Saved entries
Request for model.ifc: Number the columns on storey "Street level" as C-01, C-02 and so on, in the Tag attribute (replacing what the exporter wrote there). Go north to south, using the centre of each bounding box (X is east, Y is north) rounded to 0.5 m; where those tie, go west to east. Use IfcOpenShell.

First a look at what the model holds.

```python
import ifcopenshell
import ifcopenshell.util.element
import ifcopenshell.util.placement

model = ifcopenshell.open("model.ifc")
print(model.schema)
storey = next(s for s in model.by_type("IfcBuildingStorey") if s.Name == "Street level")
columns = [e for e in ifcopenshell.util.element.get_decomposition(storey) if e.is_a("IfcColumn")]
for e in sorted(columns, key=lambda e: e.id()):
    origin = ifcopenshell.util.placement.get_local_placement(e.ObjectPlacement)[:3, 3]
    print(e.id(), e.Tag, e.Name, origin.round(2) + 0.0, sep=" | ")
```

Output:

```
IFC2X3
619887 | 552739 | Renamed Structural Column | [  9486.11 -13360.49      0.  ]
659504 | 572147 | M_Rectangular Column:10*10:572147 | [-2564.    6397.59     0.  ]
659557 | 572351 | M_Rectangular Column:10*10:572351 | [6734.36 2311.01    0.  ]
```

```python
import ifcopenshell
import ifcopenshell.geom
import ifcopenshell.util.element
import ifcopenshell.util.shape

model = ifcopenshell.open("model.ifc")
settings = ifcopenshell.geom.settings()
settings.set("use-world-coords", True)


def centre(element):
    shape = ifcopenshell.geom.create_shape(settings, element)
    return ifcopenshell.util.shape.get_bbox_centroid(shape.geometry)


storey = next(s for s in model.by_type("IfcBuildingStorey") if s.Name == "Street level")
columns = [e for e in ifcopenshell.util.element.get_decomposition(storey) if e.is_a("IfcColumn")]

# Insertion points can sit at a corner or the storey origin, so sort by the geometry (in metres).
centres = {e: centre(e) for e in columns}
columns.sort(key=lambda e: (-round(centres[e][1] / 0.5), centres[e][0]))

for i, e in enumerate(columns, start=1):
    number = f"C-{i:02d}"
    e.Tag = number
    print(e.id(), number)

model.write("model_v2.ifc")
```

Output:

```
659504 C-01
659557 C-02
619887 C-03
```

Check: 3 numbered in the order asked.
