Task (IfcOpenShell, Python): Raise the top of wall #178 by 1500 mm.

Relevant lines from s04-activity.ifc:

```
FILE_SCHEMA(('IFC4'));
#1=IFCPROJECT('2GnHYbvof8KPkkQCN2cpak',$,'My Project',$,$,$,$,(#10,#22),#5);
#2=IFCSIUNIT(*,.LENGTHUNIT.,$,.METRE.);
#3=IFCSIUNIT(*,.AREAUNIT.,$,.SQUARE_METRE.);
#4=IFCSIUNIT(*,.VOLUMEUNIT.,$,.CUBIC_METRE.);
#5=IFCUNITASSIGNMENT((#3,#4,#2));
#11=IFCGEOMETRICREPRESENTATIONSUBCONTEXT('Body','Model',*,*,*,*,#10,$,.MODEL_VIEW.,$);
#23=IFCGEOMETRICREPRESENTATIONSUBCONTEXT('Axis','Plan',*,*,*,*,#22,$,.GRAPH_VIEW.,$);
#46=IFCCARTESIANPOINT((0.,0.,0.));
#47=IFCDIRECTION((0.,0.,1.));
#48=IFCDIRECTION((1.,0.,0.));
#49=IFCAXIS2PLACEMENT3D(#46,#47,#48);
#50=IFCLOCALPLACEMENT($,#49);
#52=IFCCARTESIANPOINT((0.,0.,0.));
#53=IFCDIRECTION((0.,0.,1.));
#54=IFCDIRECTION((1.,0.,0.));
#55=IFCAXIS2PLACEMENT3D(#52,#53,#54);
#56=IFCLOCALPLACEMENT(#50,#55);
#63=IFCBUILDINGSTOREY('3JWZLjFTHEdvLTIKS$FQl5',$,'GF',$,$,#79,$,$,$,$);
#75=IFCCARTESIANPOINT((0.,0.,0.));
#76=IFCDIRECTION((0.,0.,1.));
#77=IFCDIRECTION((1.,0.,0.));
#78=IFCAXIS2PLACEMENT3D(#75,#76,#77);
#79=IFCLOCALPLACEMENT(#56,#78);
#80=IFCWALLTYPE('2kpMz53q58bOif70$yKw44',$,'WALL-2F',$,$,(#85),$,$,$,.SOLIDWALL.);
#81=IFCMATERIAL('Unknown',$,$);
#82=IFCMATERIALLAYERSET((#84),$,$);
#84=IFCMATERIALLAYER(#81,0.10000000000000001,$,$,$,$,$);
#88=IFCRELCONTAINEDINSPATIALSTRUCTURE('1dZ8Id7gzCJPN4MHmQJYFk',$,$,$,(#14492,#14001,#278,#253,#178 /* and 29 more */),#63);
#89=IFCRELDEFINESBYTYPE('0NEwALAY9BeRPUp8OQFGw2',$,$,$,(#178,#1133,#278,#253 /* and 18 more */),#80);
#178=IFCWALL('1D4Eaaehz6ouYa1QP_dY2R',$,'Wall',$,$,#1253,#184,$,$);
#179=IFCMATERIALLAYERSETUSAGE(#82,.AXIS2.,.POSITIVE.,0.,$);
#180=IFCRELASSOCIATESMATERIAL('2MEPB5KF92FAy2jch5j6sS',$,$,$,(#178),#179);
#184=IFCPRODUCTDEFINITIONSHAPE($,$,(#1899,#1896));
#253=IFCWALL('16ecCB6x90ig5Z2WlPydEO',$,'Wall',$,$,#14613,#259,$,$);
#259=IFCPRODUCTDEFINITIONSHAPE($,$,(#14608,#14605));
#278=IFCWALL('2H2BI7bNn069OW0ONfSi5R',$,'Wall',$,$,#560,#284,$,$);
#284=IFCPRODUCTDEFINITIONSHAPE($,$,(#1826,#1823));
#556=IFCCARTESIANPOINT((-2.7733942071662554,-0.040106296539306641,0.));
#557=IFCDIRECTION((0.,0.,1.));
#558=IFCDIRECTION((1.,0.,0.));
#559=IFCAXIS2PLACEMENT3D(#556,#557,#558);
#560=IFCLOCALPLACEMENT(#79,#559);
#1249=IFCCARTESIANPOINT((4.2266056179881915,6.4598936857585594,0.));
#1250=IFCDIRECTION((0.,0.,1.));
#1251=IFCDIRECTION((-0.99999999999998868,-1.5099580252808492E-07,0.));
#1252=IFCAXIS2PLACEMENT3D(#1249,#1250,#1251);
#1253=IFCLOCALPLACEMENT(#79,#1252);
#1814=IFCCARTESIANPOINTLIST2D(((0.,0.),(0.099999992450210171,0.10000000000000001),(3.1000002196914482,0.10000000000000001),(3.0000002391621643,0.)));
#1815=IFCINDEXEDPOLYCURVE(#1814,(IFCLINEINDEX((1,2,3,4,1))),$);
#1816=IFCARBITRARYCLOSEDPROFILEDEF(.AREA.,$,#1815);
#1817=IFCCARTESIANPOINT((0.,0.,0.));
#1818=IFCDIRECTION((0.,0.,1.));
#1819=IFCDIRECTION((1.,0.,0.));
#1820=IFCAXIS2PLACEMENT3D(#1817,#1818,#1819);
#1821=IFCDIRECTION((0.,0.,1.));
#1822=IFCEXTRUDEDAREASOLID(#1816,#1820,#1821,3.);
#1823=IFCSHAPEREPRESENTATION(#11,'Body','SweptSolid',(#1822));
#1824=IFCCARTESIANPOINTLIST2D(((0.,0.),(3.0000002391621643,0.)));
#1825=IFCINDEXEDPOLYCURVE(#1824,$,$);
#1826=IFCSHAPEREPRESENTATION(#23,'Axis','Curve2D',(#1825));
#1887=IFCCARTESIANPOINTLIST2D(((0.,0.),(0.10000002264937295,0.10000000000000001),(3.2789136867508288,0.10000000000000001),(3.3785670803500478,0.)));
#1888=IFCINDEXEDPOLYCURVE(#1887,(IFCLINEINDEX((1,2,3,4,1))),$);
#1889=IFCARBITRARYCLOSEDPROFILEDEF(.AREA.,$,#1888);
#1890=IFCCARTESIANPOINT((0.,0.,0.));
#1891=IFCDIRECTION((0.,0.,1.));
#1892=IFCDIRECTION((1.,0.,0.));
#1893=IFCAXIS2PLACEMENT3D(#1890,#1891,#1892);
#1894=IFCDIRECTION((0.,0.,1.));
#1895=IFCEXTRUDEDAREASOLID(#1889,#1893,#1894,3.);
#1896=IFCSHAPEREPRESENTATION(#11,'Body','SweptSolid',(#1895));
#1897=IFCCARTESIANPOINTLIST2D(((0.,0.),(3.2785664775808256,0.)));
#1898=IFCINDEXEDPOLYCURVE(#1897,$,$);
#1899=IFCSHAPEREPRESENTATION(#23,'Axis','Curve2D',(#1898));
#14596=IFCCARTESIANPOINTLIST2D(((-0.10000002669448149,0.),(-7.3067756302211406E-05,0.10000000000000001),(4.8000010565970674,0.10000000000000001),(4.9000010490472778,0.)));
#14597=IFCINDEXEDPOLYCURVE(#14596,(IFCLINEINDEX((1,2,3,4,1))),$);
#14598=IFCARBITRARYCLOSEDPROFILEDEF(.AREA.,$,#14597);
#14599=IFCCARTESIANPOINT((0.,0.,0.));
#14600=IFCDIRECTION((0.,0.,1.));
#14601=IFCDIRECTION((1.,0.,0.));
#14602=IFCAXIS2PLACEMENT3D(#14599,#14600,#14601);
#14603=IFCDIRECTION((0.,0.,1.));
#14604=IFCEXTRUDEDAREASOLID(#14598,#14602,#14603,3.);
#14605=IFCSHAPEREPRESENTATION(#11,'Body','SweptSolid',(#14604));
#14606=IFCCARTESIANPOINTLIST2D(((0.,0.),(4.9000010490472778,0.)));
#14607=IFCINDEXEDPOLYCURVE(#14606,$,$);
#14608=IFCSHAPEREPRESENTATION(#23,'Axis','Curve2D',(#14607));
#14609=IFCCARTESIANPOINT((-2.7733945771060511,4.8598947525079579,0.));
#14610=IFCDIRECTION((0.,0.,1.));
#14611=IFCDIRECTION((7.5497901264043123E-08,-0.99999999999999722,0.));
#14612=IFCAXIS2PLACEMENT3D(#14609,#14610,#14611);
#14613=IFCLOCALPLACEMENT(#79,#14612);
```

```python
import ifcopenshell
import ifcopenshell.geom
import ifcopenshell.util.representation
import ifcopenshell.util.shape

model = ifcopenshell.open("s04-activity.ifc")
settings = ifcopenshell.geom.settings()


def volume(element):
    """Net volume in cubic metres, openings subtracted."""
    shape = ifcopenshell.geom.create_shape(settings, element)
    return ifcopenshell.util.shape.get_volume(shape.geometry)


wall = model.by_guid("1D4Eaaehz6ouYa1QP_dY2R")
before = volume(wall)

body = ifcopenshell.util.representation.get_representation(wall, "Model", "Body")
solid = body.Items[0]
old_height = solid.Depth
solid.Depth += 1.5
after = volume(wall)

print(f"height {old_height:g} -> {solid.Depth:g}, volume {before:.3f} -> {after:.3f} m3")

model.write("s04-activity-out.ifc")
```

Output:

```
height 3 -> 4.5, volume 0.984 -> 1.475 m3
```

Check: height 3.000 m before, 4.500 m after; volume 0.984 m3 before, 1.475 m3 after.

● Directions
Which lines above include the word "IFCINDEXEDPOLYCURVE"? Return each one.

● Final answer
#1815=IFCINDEXEDPOLYCURVE(#1814,(IFCLINEINDEX((1,2,3,4,1))),$);
#1825=IFCINDEXEDPOLYCURVE(#1824,$,$);
#1888=IFCINDEXEDPOLYCURVE(#1887,(IFCLINEINDEX((1,2,3,4,1))),$);
#1898=IFCINDEXEDPOLYCURVE(#1897,$,$);
#14597=IFCINDEXEDPOLYCURVE(#14596,(IFCLINEINDEX((1,2,3,4,1))),$);
#14607=IFCINDEXEDPOLYCURVE(#14606,$,$);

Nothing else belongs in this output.